# danios in 25litre tank



## lloyd1 (Oct 5, 2008)

quick question how many danios can i keep in a 25 litre tank i have 2 air pumps in it and rocks plants etc i currently have 2 guppies so far 2 thanks


----------



## hippyhaplos (Jan 12, 2010)

I personally wouldn't put danios in a tank that small... they are fast swimmers and need a lot of swimming room.


----------



## lloyd1 (Oct 5, 2008)

well how many neons then would they be ok are they as hardy


----------



## hippyhaplos (Jan 12, 2010)

Neons need to be kept in a shoal, so a bigger tank would be required. They also need a more mature aquarium with stable parameters... something which most small tanks can't offer.
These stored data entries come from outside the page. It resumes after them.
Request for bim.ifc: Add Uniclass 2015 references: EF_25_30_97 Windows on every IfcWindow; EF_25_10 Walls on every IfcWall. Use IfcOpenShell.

First a look at what the model holds.

```python
import ifcopenshell

model = ifcopenshell.open("bim.ifc")
print(model.schema)
print("classifications:", [c.Name for c in model.by_type("IfcClassification")])
for ifc_class in ("IfcDoor", "IfcRoof", "IfcStair", "IfcWall", "IfcWindow"):
    print(ifc_class, len(model.by_type(ifc_class)))
```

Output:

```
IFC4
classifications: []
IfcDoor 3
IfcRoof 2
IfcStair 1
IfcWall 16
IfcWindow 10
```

```python
import ifcopenshell
import ifcopenshell.api.classification

model = ifcopenshell.open("bim.ifc")

system = ifcopenshell.api.classification.add_classification(model, classification="Uniclass 2015")

codes = {
    "IfcWindow": ("EF_25_30_97", "Windows"),
    "IfcWall": ("EF_25_10", "Walls"),
}
for ifc_class, (code, name) in codes.items():
    products = model.by_type(ifc_class)
    ifcopenshell.api.classification.add_reference(
        model, products=products, classification=system, identification=code, name=name
    )
    print(code, len(products))

model.write("bim_edited.ifc")
```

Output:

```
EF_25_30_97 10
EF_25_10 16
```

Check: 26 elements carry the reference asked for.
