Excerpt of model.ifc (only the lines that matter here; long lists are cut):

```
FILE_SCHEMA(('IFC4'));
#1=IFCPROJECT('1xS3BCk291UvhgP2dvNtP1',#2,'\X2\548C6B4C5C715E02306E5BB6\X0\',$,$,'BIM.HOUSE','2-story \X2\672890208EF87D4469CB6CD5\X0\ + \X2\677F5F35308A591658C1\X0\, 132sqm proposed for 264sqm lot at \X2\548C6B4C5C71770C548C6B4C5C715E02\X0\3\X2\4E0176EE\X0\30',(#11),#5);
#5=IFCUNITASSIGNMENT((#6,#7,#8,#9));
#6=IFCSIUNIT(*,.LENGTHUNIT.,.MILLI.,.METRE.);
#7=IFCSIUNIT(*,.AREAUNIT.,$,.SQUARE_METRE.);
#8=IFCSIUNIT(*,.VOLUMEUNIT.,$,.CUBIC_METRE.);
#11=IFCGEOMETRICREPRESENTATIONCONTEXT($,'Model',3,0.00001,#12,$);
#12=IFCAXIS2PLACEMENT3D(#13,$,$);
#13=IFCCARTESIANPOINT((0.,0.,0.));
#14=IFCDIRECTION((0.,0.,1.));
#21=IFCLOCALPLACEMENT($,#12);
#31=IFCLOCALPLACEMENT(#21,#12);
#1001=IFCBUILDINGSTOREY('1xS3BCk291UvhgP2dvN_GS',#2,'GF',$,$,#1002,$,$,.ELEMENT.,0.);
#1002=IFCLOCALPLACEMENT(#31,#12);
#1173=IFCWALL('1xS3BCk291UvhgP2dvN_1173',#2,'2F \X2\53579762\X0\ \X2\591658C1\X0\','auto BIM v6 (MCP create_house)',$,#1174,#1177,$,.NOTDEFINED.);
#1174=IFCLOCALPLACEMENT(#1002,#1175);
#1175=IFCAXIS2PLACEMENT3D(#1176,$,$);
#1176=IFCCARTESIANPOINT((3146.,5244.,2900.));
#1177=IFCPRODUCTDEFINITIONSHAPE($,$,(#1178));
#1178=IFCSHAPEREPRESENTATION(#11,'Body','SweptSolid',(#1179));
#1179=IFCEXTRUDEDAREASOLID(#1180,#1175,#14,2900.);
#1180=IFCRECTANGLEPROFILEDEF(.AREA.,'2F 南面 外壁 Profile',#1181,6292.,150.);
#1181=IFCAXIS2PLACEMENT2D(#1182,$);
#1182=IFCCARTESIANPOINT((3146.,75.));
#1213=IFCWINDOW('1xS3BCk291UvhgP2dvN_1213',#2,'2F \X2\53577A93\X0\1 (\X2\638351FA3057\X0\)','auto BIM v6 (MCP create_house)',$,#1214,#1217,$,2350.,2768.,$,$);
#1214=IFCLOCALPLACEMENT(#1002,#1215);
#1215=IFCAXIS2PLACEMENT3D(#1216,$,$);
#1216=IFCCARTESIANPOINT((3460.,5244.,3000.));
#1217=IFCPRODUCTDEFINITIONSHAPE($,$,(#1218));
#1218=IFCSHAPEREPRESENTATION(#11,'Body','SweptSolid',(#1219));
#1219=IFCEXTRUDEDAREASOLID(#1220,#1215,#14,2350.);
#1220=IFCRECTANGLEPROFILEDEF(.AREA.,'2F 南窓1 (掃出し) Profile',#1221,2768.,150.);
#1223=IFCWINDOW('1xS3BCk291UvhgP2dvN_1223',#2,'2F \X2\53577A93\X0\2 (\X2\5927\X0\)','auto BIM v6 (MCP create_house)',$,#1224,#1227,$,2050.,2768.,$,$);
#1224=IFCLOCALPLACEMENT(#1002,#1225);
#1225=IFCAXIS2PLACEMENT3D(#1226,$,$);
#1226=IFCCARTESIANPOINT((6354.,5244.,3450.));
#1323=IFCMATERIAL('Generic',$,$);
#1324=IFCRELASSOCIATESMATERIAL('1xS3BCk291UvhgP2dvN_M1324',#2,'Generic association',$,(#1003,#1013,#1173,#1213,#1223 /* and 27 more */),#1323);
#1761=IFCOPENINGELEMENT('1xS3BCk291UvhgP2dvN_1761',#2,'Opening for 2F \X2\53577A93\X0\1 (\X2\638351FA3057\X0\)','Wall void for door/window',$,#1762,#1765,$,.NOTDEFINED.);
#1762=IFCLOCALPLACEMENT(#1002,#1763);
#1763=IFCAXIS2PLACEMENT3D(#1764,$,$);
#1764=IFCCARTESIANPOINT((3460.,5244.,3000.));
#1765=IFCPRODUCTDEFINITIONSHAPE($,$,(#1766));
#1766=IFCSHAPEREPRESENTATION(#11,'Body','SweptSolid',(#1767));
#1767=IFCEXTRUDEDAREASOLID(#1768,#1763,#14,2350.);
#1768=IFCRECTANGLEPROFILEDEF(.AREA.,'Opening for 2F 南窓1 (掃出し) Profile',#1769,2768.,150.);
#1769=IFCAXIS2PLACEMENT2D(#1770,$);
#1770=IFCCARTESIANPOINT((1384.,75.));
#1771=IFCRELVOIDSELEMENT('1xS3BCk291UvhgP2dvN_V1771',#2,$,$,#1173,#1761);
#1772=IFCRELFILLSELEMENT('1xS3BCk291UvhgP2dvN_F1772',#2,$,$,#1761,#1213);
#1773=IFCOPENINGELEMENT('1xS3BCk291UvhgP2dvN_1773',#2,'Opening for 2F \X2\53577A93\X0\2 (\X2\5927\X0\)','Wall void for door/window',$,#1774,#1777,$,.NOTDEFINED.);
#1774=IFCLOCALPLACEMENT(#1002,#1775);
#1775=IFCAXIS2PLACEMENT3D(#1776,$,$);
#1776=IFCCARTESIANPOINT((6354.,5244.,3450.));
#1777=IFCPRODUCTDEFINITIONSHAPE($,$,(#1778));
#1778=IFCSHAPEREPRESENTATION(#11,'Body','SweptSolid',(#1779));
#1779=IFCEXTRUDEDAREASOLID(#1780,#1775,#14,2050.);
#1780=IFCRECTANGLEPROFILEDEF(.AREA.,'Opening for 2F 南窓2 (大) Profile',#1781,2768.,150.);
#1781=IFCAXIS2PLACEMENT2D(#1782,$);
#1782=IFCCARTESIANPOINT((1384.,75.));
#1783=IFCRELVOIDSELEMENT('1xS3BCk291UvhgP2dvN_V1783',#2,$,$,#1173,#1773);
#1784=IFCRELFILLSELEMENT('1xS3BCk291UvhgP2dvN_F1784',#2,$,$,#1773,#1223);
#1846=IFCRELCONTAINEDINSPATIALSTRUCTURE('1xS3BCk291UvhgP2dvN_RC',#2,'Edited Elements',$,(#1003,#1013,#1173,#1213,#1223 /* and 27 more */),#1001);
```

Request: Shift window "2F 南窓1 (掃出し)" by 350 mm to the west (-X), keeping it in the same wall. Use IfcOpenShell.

```python
import ifcopenshell
import ifcopenshell.api.geometry
import ifcopenshell.util.placement
import ifcopenshell.util.unit

model = ifcopenshell.open("model.ifc")
unit_scale = ifcopenshell.util.unit.calculate_unit_scale(model)

window = model.by_id(1213)
opening = window.FillsVoids[0].RelatingOpeningElement
wall = opening.VoidsElements[0].RelatingBuildingElement

wall_matrix = ifcopenshell.util.placement.get_local_placement(wall.ObjectPlacement)
shift = wall_matrix[:3, 0] * -0.35 / unit_scale
before = ifcopenshell.util.placement.get_local_placement(window.ObjectPlacement)[:3, 3].copy()

# The window is not placed relative to its opening, so move both.
for product in (opening, window):
    matrix = ifcopenshell.util.placement.get_local_placement(product.ObjectPlacement)
    matrix[:3, 3] += shift
    ifcopenshell.api.geometry.edit_object_placement(model, product=product, matrix=matrix, is_si=False)

after = ifcopenshell.util.placement.get_local_placement(window.ObjectPlacement)[:3, 3]
print("window moved by", (after - before).round(3) + 0.0)

model.write("model_rev.ifc")
```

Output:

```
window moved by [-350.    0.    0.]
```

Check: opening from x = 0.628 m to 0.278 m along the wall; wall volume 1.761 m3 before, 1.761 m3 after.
I'd suggest shrimp, snails, or maybe one or two more guppies of the same sex to prevent breeding


----------



## goldie1212 (Mar 5, 2010)

i agree, id add 2 more guppies of same sex, or something like a single apple snail. that tank is too small for danios and you would be overstocked adding the minimum school of 6 neons, plus they arent that hardy to be honest.


----------



## lloyd1 (Oct 5, 2008)

ok thanks alot will add 3 more guppies or 2 more i also have a 35litre tank with a single betta in it will i be able o add neons in there theres also a fluval 105 external running that one 2 thanks


----------



## goldie1212 (Mar 5, 2010)

personally id leave the 35L as the betta alone, every betta ive had had eaten neons, but aside from that, its still a small tank, you could give it a go but dont be too surprised if the neons are picked off 1 by 1.


----------



## hippyhaplos (Jan 12, 2010)

Yeah I agree... I'd leave the betta in his tank alone


----------